UK challenger Secco vows to reboot banking

Secco Bank has emerged as the latest UK challenger promising to reboot "broken" banking and usher in a new digital era in financial services, where data is the new money.

  9 2 comments

UK challenger Secco vows to reboot banking

Editorial

This content has been selected, created and edited by the Finextra editorial team based upon its relevance and interest to our community.

The early stage, pre-license challenger joins the likes of Atom, Starling and Mondo in taking a mobile-first approach to winning customers from the small collection of high street giants that dominate the British scene.

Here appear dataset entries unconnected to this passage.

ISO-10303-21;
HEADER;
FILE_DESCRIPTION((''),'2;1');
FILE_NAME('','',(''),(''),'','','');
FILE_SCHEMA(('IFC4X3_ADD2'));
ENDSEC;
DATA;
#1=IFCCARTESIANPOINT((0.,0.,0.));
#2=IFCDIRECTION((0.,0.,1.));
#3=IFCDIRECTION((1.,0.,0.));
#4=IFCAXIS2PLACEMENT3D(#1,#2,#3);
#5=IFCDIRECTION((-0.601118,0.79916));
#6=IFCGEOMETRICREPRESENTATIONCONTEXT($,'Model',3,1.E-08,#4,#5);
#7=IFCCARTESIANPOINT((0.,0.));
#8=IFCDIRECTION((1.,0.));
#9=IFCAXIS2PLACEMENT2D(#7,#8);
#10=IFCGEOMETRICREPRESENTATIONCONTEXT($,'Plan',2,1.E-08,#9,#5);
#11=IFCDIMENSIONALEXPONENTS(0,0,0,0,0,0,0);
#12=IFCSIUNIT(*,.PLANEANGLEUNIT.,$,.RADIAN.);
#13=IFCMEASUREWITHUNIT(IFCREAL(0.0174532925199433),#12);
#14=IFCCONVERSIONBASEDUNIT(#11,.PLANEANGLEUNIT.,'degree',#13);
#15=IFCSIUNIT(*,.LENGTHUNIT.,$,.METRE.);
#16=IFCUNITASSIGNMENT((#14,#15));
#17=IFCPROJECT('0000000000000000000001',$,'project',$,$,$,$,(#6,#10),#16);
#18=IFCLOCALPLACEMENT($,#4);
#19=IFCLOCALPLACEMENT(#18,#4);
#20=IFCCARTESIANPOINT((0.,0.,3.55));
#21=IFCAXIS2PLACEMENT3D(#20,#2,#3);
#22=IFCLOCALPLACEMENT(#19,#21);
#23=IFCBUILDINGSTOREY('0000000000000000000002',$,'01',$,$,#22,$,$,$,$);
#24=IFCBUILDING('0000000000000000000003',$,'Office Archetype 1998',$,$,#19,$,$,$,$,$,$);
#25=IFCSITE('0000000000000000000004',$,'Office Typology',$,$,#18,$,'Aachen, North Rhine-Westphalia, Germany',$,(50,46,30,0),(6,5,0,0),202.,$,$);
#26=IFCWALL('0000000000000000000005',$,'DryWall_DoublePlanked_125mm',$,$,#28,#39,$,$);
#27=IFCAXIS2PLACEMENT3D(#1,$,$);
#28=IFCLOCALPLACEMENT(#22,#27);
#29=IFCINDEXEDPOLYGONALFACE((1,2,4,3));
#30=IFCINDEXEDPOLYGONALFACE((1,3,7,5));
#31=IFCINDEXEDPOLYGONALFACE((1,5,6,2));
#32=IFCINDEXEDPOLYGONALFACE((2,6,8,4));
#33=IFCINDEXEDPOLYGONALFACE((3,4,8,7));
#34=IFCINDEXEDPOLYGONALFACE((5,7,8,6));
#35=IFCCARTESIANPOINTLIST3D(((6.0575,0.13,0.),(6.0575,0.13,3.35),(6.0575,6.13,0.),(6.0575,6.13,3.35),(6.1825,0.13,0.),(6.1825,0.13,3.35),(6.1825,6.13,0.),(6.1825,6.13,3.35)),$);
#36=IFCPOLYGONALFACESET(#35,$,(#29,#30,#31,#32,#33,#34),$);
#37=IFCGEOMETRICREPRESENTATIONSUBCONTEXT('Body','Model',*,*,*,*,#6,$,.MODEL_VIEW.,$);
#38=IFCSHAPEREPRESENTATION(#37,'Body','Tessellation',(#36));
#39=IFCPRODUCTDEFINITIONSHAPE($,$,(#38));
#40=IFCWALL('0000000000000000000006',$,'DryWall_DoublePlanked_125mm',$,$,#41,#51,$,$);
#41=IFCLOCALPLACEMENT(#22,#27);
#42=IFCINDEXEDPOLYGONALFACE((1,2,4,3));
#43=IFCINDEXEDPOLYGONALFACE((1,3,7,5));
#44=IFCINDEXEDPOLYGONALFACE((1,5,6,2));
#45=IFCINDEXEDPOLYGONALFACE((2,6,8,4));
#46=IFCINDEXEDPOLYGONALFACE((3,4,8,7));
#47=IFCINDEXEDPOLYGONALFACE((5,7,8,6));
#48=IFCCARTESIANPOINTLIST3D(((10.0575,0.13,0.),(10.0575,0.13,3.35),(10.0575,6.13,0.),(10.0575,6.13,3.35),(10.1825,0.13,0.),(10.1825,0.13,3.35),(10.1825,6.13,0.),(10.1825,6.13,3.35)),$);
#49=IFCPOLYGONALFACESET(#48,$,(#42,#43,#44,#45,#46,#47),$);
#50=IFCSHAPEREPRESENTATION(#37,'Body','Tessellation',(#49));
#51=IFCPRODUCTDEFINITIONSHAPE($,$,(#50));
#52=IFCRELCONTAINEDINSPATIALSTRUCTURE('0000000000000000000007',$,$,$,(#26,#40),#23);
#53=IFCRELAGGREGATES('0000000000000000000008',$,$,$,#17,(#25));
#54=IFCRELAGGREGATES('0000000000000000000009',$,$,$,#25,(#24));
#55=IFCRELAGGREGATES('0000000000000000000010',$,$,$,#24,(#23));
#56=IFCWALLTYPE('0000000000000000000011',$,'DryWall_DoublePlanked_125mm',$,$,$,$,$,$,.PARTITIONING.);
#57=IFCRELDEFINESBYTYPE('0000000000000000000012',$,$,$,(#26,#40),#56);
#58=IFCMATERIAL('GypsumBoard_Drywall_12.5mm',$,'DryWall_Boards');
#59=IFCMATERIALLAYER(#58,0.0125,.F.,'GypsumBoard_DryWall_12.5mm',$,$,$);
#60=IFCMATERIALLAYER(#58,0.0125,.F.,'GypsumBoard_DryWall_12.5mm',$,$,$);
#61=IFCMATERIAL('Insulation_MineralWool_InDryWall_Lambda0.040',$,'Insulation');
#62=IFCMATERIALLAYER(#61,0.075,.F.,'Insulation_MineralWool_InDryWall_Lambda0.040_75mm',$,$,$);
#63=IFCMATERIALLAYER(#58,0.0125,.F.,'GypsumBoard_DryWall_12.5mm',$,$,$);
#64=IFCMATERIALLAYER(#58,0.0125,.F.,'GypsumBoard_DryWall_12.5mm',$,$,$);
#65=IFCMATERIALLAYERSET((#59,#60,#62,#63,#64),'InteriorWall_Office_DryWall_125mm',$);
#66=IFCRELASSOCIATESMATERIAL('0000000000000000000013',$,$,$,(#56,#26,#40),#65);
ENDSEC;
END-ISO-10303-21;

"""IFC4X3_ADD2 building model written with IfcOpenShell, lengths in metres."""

from ifc_helpers import new_model, entity, si_unit, converted_unit, direction, frame, origin_with_axes, origin_2d_with_axis, place, context, subcontext, project, spatial, line, indexed_curve, outline, extrude, material, layer, layer_set, layer_usage, type_object, element, save


model = new_model("IFC4X3_ADD2")

# Units and contexts
model_context = context("Model", 3, precision=1e-08, world=origin_with_axes(), true_north=direction((-0.601118, 0.79916)))
plan_context = context("Plan", 2, precision=1e-08, world=origin_2d_with_axis(), true_north=direction((-0.601118, 0.79916)))
body_context = subcontext(model_context, "Body", "Model", "MODEL_VIEW")
ifc_project = project(units=[converted_unit("PLANEANGLEUNIT", "degree", entity("IfcReal", 0.0174532925199433), si_unit("PLANEANGLEUNIT", "RADIAN"), dimensions=[0, 0, 0, 0, 0, 0, 0]), si_unit("LENGTHUNIT", "METRE")], contexts=[model_context, plan_context])

# Site, building, storey
site_placement = place(None, origin_with_axes())
site = spatial("IfcSite", under=ifc_project, at=site_placement, Name="Office Typology", LongName="Aachen, North Rhine-Westphalia, Germany", RefLatitude=(50, 46, 30, 0), RefLongitude=(6, 5, 0, 0), RefElevation=202.0)
building_placement = place(site_placement, origin_with_axes())
building = spatial("IfcBuilding", under=site, at=building_placement, Name="Office Archetype 1998")
storey_placement = place(building_placement, frame((0.0, 0.0, 3.55), z_axis=(0.0, 0.0, 1.0), x_axis=(1.0, 0.0, 0.0)))
storey = spatial("IfcBuildingStorey", under=building, at=storey_placement, Name="01")

# Walls
ifc_material_1 = material(Name="GypsumBoard_Drywall_12.5mm", Category="DryWall_Boards")
ifc_layer_1 = layer(ifc_material_1, 0.0125, ventilated=False, Name="GypsumBoard_DryWall_12.5mm")
ifc_layer_2 = layer(ifc_material_1, 0.0125, ventilated=False, Name="GypsumBoard_DryWall_12.5mm")
ifc_material_2 = material(Name="Insulation_MineralWool_InDryWall_Lambda0.040", Category="Insulation")
ifc_layer_3 = layer(ifc_material_2, 0.075, ventilated=False, Name="Insulation_MineralWool_InDryWall_Lambda0.040_75mm")
ifc_layer_4 = layer(ifc_material_1, 0.0125, ventilated=False, Name="GypsumBoard_DryWall_12.5mm")
ifc_layer_5 = layer(ifc_material_1, 0.0125, ventilated=False, Name="GypsumBoard_DryWall_12.5mm")
ifc_layer_set_1 = layer_set([ifc_layer_1, ifc_layer_2, ifc_layer_3, ifc_layer_4, ifc_layer_5], Name="InteriorWall_Office_DryWall_125mm")
wall_type_1 = type_object("IfcWallType", Name="DryWall_DoublePlanked_125mm", PredefinedType="PARTITIONING", material=ifc_layer_set_1)
ifc_layer_usage_1 = layer_usage(ifc_layer_set_1, "AXIS2", "POSITIVE", 0.0)
wall_1_placement = place(storey_placement, frame((6.0575, 6.13, 0.0), z_axis=(0.0, 0.0, 1.0), x_axis=(0.0, -1.0, 0.0)))
element("IfcWall", 1, at=wall_1_placement, inside=storey, type_object=wall_type_1, material=ifc_layer_usage_1, Name="DryWall_DoublePlanked_125mm", context=body_context, shape_type="SweptSolid", body=[
    extrude(outline(indexed_curve([(0.0, 0.0), (0.0, 0.125), (6.0, 0.125), (6.0, 0.0)], segments=[line(1, 2, 3, 4, 1)])), origin_with_axes(), (0.0, 0.0, 1.0), 3.35),
])
ifc_layer_usage_2 = layer_usage(ifc_layer_set_1, "AXIS2", "POSITIVE", 0.0)
wall_2_placement = place(storey_placement, frame((10.0575, 6.13, 0.0), z_axis=(0.0, 0.0, 1.0), x_axis=(0.0, -1.0, 0.0)))
element("IfcWall", 2, at=wall_2_placement, inside=storey, type_object=wall_type_1, material=ifc_layer_usage_2, Name="DryWall_DoublePlanked_125mm", context=body_context, shape_type="SweptSolid", body=[
    extrude(outline(indexed_curve([(0.0, 0.0), (0.0, 0.125), (6.0, 0.125), (6.0, 0.0)], segments=[line(1, 2, 3, 4, 1)])), origin_with_axes(), (0.0, 0.0, 1.0), 3.35),
])

save(model, "model.ifc")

Secco is co-founded and led by Chris Gledhill, who spent nearly three years at Lloyds as an innovation technologist before quitting to embark on the new venture in July.

Explaining the rationale for Secco, the firm says that banks "have lost their way, they can often seem to be greedy, sales focused and profit driven organisations". What's more, it claims, banks have failed to keep up with customers living digital lives.

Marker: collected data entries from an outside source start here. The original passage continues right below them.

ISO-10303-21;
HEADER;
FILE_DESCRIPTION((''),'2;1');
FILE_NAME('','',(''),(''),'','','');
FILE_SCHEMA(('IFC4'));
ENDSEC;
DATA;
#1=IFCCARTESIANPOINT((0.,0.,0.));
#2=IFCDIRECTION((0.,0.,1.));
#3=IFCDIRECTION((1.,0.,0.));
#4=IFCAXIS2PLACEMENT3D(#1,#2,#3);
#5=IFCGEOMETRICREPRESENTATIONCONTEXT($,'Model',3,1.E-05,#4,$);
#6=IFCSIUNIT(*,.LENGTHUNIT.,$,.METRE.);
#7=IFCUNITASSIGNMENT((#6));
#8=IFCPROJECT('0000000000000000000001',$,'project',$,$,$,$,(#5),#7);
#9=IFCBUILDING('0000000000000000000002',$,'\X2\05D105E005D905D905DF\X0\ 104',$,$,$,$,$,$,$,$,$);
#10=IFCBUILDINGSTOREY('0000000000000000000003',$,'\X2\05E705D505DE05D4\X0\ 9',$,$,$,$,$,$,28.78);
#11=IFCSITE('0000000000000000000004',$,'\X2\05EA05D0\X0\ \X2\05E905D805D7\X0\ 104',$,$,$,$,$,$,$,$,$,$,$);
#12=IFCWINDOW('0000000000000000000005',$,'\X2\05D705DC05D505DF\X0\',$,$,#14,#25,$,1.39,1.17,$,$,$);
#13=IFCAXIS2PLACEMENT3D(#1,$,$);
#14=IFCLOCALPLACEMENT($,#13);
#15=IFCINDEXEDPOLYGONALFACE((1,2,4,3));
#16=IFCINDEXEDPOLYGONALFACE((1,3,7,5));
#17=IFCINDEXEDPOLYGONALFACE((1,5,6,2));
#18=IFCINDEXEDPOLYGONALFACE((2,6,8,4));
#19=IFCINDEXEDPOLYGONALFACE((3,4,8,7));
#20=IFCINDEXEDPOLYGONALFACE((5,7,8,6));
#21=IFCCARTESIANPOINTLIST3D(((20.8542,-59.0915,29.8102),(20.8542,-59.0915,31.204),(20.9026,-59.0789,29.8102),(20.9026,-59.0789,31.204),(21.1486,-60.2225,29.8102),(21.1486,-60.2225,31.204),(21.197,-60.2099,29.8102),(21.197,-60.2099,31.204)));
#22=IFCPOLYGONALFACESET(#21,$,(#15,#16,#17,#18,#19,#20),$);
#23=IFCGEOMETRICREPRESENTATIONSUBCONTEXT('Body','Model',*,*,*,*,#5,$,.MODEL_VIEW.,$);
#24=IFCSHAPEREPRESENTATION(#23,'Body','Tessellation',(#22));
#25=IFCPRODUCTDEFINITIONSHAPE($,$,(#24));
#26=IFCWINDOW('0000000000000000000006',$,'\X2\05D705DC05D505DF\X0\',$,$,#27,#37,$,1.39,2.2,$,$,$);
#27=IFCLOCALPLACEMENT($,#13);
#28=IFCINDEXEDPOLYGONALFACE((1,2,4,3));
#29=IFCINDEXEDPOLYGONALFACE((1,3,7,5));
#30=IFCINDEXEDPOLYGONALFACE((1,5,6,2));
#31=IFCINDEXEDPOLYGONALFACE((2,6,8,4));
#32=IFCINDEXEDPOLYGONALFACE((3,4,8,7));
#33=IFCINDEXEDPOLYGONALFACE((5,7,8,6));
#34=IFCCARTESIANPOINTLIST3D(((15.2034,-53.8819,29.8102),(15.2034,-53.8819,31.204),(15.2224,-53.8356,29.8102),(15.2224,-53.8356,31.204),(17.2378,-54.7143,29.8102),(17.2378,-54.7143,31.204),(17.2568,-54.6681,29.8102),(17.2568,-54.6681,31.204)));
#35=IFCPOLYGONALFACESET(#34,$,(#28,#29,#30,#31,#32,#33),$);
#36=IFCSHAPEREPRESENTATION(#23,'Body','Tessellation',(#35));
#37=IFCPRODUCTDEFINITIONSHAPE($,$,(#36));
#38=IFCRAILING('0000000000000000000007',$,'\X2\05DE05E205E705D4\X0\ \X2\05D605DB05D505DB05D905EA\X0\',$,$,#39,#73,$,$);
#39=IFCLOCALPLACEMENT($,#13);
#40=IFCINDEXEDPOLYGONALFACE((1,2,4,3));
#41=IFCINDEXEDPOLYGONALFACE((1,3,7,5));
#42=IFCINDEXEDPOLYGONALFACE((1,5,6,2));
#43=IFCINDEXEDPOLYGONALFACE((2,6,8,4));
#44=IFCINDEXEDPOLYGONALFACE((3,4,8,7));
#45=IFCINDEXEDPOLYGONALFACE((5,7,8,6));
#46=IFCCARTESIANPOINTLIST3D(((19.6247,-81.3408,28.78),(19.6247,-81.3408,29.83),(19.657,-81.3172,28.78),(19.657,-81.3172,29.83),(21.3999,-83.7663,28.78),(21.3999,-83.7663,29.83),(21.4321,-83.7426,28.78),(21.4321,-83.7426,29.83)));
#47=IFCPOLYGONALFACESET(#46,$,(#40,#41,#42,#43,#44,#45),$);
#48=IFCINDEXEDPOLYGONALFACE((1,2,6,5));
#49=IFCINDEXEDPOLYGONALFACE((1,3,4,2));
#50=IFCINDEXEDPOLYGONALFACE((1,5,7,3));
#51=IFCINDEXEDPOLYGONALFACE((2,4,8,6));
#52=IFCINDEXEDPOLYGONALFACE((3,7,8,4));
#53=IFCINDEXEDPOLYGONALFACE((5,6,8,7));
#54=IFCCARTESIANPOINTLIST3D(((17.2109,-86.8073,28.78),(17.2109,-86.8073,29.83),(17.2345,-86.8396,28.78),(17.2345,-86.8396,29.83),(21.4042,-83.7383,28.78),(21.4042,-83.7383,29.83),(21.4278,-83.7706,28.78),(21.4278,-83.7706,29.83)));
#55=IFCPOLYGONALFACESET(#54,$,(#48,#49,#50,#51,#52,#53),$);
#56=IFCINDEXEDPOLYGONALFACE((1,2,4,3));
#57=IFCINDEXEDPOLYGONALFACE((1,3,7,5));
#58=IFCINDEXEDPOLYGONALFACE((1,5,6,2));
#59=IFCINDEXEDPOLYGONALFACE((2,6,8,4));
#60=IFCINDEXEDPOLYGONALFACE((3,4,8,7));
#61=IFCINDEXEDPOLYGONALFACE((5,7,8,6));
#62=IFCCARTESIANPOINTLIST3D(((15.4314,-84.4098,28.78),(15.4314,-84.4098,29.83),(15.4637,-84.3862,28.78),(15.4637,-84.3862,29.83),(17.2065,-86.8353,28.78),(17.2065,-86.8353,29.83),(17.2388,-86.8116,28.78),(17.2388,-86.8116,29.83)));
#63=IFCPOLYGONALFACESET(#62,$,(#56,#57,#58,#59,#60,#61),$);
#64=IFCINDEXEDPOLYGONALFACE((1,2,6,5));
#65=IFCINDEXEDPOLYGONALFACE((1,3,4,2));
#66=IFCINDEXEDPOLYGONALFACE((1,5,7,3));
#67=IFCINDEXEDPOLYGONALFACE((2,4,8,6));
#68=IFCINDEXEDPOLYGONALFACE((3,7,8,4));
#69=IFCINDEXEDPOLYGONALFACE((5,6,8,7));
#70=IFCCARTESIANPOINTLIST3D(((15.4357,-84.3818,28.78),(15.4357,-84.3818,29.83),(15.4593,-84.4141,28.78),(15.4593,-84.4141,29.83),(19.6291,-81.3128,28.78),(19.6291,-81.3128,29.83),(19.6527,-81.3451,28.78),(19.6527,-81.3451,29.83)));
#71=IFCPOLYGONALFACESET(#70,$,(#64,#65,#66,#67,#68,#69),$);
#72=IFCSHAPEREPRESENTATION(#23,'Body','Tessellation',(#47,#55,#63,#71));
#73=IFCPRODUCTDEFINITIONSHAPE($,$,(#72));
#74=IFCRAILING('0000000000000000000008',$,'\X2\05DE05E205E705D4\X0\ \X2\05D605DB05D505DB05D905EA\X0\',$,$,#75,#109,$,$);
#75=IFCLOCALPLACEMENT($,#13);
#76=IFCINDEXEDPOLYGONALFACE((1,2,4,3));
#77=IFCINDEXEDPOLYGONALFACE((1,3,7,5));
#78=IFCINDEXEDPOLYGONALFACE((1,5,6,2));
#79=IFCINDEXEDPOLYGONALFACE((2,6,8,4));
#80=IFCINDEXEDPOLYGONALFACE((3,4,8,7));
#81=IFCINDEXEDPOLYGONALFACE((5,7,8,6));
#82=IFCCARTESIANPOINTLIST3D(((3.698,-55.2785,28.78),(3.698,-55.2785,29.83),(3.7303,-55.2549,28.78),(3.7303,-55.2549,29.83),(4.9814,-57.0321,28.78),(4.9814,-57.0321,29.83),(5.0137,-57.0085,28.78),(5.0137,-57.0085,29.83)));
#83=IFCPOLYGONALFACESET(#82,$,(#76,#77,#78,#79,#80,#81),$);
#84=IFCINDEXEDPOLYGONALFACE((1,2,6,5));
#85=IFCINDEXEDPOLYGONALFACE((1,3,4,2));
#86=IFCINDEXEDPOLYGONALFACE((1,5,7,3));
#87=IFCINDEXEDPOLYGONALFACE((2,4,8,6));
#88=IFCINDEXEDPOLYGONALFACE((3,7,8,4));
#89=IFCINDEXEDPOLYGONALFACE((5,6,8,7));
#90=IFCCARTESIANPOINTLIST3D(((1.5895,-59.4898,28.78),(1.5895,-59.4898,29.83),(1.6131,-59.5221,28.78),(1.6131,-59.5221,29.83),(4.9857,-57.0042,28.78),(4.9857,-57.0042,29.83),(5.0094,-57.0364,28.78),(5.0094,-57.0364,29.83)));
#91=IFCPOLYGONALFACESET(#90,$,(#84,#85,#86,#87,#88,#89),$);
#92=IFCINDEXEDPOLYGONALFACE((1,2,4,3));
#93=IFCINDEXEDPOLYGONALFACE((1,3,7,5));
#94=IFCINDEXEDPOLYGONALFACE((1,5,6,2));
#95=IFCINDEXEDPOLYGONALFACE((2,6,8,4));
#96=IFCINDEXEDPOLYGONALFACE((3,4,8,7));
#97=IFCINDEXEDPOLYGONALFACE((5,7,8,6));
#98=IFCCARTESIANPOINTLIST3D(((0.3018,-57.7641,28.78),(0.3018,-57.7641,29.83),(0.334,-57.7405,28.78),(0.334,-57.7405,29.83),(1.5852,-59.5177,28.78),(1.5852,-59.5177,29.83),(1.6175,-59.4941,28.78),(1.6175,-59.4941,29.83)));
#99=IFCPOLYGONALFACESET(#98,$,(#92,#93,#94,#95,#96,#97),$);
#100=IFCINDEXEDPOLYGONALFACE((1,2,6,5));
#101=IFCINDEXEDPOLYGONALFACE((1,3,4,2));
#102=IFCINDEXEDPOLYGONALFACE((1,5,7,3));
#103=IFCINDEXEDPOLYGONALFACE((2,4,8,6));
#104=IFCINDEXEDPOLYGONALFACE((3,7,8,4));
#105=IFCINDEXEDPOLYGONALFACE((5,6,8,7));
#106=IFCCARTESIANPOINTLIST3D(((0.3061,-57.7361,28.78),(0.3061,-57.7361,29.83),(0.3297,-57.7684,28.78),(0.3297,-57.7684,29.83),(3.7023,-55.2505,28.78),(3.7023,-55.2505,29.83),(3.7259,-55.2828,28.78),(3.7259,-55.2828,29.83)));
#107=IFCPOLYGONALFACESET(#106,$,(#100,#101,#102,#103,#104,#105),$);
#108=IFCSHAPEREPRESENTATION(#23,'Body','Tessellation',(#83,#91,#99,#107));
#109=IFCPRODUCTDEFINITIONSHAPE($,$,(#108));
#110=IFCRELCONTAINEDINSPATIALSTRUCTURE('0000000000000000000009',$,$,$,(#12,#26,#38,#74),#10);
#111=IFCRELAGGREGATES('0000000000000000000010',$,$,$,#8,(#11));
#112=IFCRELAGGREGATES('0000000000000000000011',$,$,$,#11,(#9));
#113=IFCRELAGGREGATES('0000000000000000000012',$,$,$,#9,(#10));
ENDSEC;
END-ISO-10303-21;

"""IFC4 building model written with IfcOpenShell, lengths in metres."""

from ifc_helpers import new_model, si_unit, frame, origin_with_axes, context, subcontext, project, spatial, polyline, outline, extrude, element, save


model = new_model("IFC4")

# Units and contexts
model_context = context("Model", 3, precision=1e-05, world=origin_with_axes())
body_context = subcontext(model_context, "Body", "Model", "MODEL_VIEW")
ifc_project = project(units=[si_unit("LENGTHUNIT", "METRE")], contexts=[model_context])

# Site, building, storey
site = spatial("IfcSite", under=ifc_project, Name="תא שטח 104")
building = spatial("IfcBuilding", under=site, Name="בניין 104")
storey = spatial("IfcBuildingStorey", under=building, Name="קומה 9", Elevation=28.78)

# Windows
element("IfcWindow", 1, inside=storey, Name="חלון", OverallHeight=1.39, OverallWidth=1.17, context=body_context, shape_type="SweptSolid", body=[
    extrude(outline(polyline([(21.197, -60.2099), (20.9026, -59.0789), (20.8542, -59.0915), (21.1486, -60.2225), (21.197, -60.2099)])), frame((0.0, 0.0, 29.8102)), (0.0, 0.0, 1.0), 1.3938),
])
element("IfcWindow", 2, inside=storey, Name="חלון", OverallHeight=1.39, OverallWidth=2.2, context=body_context, shape_type="SweptSolid", body=[
    extrude(outline(polyline([(17.2568, -54.6681), (15.2224, -53.8356), (15.2034, -53.8819), (17.2378, -54.7143), (17.2568, -54.6681)])), frame((0.0, 0.0, 29.8102)), (0.0, 0.0, 1.0), 1.3938),
])

# Railings
element("IfcRailing", 3, inside=storey, Name="מעקה זכוכית", context=body_context, shape_type="SweptSolid", body=[
    extrude(outline(polyline([(19.6247, -81.3408), (21.3999, -83.7663), (21.4321, -83.7426), (19.657, -81.3172), (19.6247, -81.3408)])), frame((0.0, 0.0, 28.78)), (0.0, 0.0, 1.0), 1.05),
    extrude(outline(polyline([(21.4042, -83.7383), (17.2109, -86.8073), (17.2345, -86.8396), (21.4278, -83.7706), (21.4042, -83.7383)])), frame((0.0, 0.0, 28.78)), (0.0, 0.0, 1.0), 1.05),
    extrude(outline(polyline([(17.2388, -86.8116), (15.4637, -84.3862), (15.4314, -84.4098), (17.2065, -86.8353), (17.2388, -86.8116)])), frame((0.0, 0.0, 28.78)), (0.0, 0.0, 1.0), 1.05),
    extrude(outline(polyline([(15.4593, -84.4141), (19.6527, -81.3451), (19.6291, -81.3128), (15.4357, -84.3818), (15.4593, -84.4141)])), frame((0.0, 0.0, 28.78)), (0.0, 0.0, 1.0), 1.05),
])
element("IfcRailing", 4, inside=storey, Name="מעקה זכוכית", context=body_context, shape_type="SweptSolid", body=[
    extrude(outline(polyline([(3.698, -55.2785), (4.9814, -57.0321), (5.0137, -57.0085), (3.7303, -55.2549), (3.698, -55.2785)])), frame((0.0, 0.0, 28.78)), (0.0, 0.0, 1.0), 1.05),
    extrude(outline(polyline([(4.9857, -57.0042), (1.5895, -59.4898), (1.6131, -59.5221), (5.0094, -57.0364), (4.9857, -57.0042)])), frame((0.0, 0.0, 28.78)), (0.0, 0.0, 1.0), 1.05),
    extrude(outline(polyline([(1.6175, -59.4941), (0.334, -57.7405), (0.3018, -57.7641), (1.5852, -59.5177), (1.6175, -59.4941)])), frame((0.0, 0.0, 28.78)), (0.0, 0.0, 1.0), 1.05),
    extrude(outline(polyline([(0.3297, -57.7684), (3.7259, -55.2828), (3.7023, -55.2505), (0.3061, -57.7361), (0.3297, -57.7684)])), frame((0.0, 0.0, 28.78)), (0.0, 0.0, 1.0), 1.05),
])

save(model, "model.ifc")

The startup is planning to use technology and data to change how banking is done. Not only is it hoping to make branches redundant, but banking apps too, with customers using messaging apps to access things such as balances.

Meanwhile, a statement says, in Secco world customers will send and receive payloads, not payments, where they exchange a "Facebook like and a tip for a busker in return for a digital copy of the song; a business card for the conference slides, or even simply pay for your market lunch and get a recipe."

A pair of spending boundaries will develop over time, based on habits and goals, while for more prosaic products like loans and savings accounts, Secco will simply act as an aggregator, using data to offer options from other providers.

Separately, another new challenger, called Tandem, is being prepped by Azimo co-founder Ricky Knox and former Capital One Bank director Matt Cooper. According to the Financial Times, Tandem has raised nearly £100 million for its mobile-first bank, which will offer current accounts, mortgages and other products.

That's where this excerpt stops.